Start of Block

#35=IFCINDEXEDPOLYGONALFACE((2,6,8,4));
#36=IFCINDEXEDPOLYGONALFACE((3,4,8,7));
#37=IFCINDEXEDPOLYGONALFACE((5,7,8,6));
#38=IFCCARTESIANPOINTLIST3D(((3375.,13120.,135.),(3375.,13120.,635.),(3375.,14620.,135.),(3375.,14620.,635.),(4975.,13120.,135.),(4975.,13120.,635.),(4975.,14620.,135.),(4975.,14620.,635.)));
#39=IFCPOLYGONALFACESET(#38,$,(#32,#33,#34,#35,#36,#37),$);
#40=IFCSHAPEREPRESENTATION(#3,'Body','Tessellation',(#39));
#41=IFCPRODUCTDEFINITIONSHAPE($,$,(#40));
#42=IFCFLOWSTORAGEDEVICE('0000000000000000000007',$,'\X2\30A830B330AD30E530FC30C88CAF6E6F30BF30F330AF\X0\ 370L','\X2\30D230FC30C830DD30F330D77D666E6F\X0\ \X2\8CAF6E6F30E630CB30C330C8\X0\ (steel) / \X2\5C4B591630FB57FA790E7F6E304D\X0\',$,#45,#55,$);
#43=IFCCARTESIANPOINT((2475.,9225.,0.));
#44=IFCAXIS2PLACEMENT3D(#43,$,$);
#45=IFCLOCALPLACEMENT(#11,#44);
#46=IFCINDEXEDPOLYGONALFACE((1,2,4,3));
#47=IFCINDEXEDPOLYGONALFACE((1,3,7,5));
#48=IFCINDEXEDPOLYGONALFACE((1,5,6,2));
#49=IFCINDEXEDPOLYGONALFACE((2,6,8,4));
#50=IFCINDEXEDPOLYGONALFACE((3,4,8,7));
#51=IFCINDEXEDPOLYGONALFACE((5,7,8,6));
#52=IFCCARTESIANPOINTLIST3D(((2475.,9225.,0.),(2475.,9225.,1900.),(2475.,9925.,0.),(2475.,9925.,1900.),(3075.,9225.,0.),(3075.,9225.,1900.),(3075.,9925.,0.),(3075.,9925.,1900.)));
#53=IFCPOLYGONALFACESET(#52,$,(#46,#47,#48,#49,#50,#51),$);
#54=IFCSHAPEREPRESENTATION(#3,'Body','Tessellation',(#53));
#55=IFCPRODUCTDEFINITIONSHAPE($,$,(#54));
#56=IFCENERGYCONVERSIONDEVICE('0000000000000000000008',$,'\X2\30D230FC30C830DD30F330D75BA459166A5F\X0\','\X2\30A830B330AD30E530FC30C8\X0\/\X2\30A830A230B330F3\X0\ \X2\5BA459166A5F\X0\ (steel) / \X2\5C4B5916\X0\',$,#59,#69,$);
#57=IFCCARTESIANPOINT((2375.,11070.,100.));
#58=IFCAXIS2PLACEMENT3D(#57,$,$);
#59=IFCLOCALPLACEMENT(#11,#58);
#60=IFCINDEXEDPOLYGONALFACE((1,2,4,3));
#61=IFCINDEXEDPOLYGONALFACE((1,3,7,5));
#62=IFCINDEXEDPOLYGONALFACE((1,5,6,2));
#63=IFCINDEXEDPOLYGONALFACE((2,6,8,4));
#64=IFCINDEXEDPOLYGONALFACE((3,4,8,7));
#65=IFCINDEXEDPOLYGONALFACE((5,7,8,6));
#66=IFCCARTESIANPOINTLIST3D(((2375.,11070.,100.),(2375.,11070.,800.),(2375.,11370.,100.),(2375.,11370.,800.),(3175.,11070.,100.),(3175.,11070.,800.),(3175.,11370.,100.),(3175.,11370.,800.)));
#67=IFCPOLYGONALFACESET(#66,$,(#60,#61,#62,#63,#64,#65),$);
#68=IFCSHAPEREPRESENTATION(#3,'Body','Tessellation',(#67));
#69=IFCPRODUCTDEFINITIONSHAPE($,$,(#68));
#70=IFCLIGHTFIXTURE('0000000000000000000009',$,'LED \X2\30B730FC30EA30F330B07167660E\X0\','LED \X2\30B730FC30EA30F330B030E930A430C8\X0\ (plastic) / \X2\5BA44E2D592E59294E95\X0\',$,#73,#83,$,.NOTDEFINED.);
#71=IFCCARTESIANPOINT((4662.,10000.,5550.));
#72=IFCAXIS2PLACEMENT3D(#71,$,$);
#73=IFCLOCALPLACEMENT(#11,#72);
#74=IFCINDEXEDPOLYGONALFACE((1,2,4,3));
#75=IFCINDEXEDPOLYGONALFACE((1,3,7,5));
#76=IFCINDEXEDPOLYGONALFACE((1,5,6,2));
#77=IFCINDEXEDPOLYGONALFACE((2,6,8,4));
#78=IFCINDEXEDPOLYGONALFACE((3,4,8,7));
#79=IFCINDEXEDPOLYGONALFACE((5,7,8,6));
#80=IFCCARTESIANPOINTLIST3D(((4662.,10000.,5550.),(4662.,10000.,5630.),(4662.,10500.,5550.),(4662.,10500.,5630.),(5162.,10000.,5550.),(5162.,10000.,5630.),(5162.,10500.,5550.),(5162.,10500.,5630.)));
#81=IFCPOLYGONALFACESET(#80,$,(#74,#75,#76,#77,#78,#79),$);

End of Block

WHAT THE TASK REQUIRES:
Exactly as they stand, repeat all the records.

COMPLETED EXERCISE:
#35=IFCINDEXEDPOLYGONALFACE((2,6,8,4));
#36=IFCINDEXEDPOLYGONALFACE((3,4,8,7));
#37=IFCINDEXEDPOLYGONALFACE((5,7,8,6));
#38=IFCCARTESIANPOINTLIST3D(((3375.,13120.,135.),(3375.,13120.,635.),(3375.,14620.,135.),(3375.,14620.,635.),(4975.,13120.,135.),(4975.,13120.,635.),(4975.,14620.,135.),(4975.,14620.,635.)));
#39=IFCPOLYGONALFACESET(#38,$,(#32,#33,#34,#35,#36,#37),$);
#40=IFCSHAPEREPRESENTATION(#3,'Body','Tessellation',(#39));
#41=IFCPRODUCTDEFINITIONSHAPE($,$,(#40));
#42=IFCFLOWSTORAGEDEVICE('0000000000000000000007',$,'\X2\30A830B330AD30E530FC30C88CAF6E6F30BF30F330AF\X0\ 370L','\X2\30D230FC30C830DD30F330D77D666E6F\X0\ \X2\8CAF6E6F30E630CB30C330C8\X0\ (steel) / \X2\5C4B591630FB57FA790E7F6E304D\X0\',$,#45,#55,$);
#43=IFCCARTESIANPOINT((2475.,9225.,0.));
#44=IFCAXIS2PLACEMENT3D(#43,$,$);
#45=IFCLOCALPLACEMENT(#11,#44);
#46=IFCINDEXEDPOLYGONALFACE((1,2,4,3));
#47=IFCINDEXEDPOLYGONALFACE((1,3,7,5));
#48=IFCINDEXEDPOLYGONALFACE((1,5,6,2));
#49=IFCINDEXEDPOLYGONALFACE((2,6,8,4));
#50=IFCINDEXEDPOLYGONALFACE((3,4,8,7));
#51=IFCINDEXEDPOLYGONALFACE((5,7,8,6));
#52=IFCCARTESIANPOINTLIST3D(((2475.,9225.,0.),(2475.,9225.,1900.),(2475.,9925.,0.),(2475.,9925.,1900.),(3075.,9225.,0.),(3075.,9225.,1900.),(3075.,9925.,0.),(3075.,9925.,1900.)));
#53=IFCPOLYGONALFACESET(#52,$,(#46,#47,#48,#49,#50,#51),$);
#54=IFCSHAPEREPRESENTATION(#3,'Body','Tessellation',(#53));
#55=IFCPRODUCTDEFINITIONSHAPE($,$,(#54));
#56=IFCENERGYCONVERSIONDEVICE('0000000000000000000008',$,'\X2\30D230FC30C830DD30F330D75BA459166A5F\X0\','\X2\30A830B330AD30E530FC30C8\X0\/\X2\30A830A230B330F3\X0\ \X2\5BA459166A5F\X0\ (steel) / \X2\5C4B5916\X0\',$,#59,#69,$);
#57=IFCCARTESIANPOINT((2375.,11070.,100.));
#58=IFCAXIS2PLACEMENT3D(#57,$,$);
#59=IFCLOCALPLACEMENT(#11,#58);
#60=IFCINDEXEDPOLYGONALFACE((1,2,4,3));
#61=IFCINDEXEDPOLYGONALFACE((1,3,7,5));
#62=IFCINDEXEDPOLYGONALFACE((1,5,6,2));
#63=IFCINDEXEDPOLYGONALFACE((2,6,8,4));
#64=IFCINDEXEDPOLYGONALFACE((3,4,8,7));
#65=IFCINDEXEDPOLYGONALFACE((5,7,8,6));
#66=IFCCARTESIANPOINTLIST3D(((2375.,11070.,100.),(2375.,11070.,800.),(2375.,11370.,100.),(2375.,11370.,800.),(3175.,11070.,100.),(3175.,11070.,800.),(3175.,11370.,100.),(3175.,11370.,800.)));
#67=IFCPOLYGONALFACESET(#66,$,(#60,#61,#62,#63,#64,#65),$);
#68=IFCSHAPEREPRESENTATION(#3,'Body','Tessellation',(#67));
#69=IFCPRODUCTDEFINITIONSHAPE($,$,(#68));
#70=IFCLIGHTFIXTURE('0000000000000000000009',$,'LED \X2\30B730FC30EA30F330B07167660E\X0\','LED \X2\30B730FC30EA30F330B030E930A430C8\X0\ (plastic) / \X2\5BA44E2D592E59294E95\X0\',$,#73,#83,$,.NOTDEFINED.);
#71=IFCCARTESIANPOINT((4662.,10000.,5550.));
#72=IFCAXIS2PLACEMENT3D(#71,$,$);
#73=IFCLOCALPLACEMENT(#11,#72);
#74=IFCINDEXEDPOLYGONALFACE((1,2,4,3));
#75=IFCINDEXEDPOLYGONALFACE((1,3,7,5));
#76=IFCINDEXEDPOLYGONALFACE((1,5,6,2));
#77=IFCINDEXEDPOLYGONALFACE((2,6,8,4));
#78=IFCINDEXEDPOLYGONALFACE((3,4,8,7));
#79=IFCINDEXEDPOLYGONALFACE((5,7,8,6));
#80=IFCCARTESIANPOINTLIST3D(((4662.,10000.,5550.),(4662.,10000.,5630.),(4662.,10500.,5550.),(4662.,10500.,5630.),(5162.,10000.,5550.),(5162.,10000.,5630.),(5162.,10500.,5550.),(5162.,10500.,5630.)));
#81=IFCPOLYGONALFACESET(#80,$,(#74,#75,#76,#77,#78,#79),$);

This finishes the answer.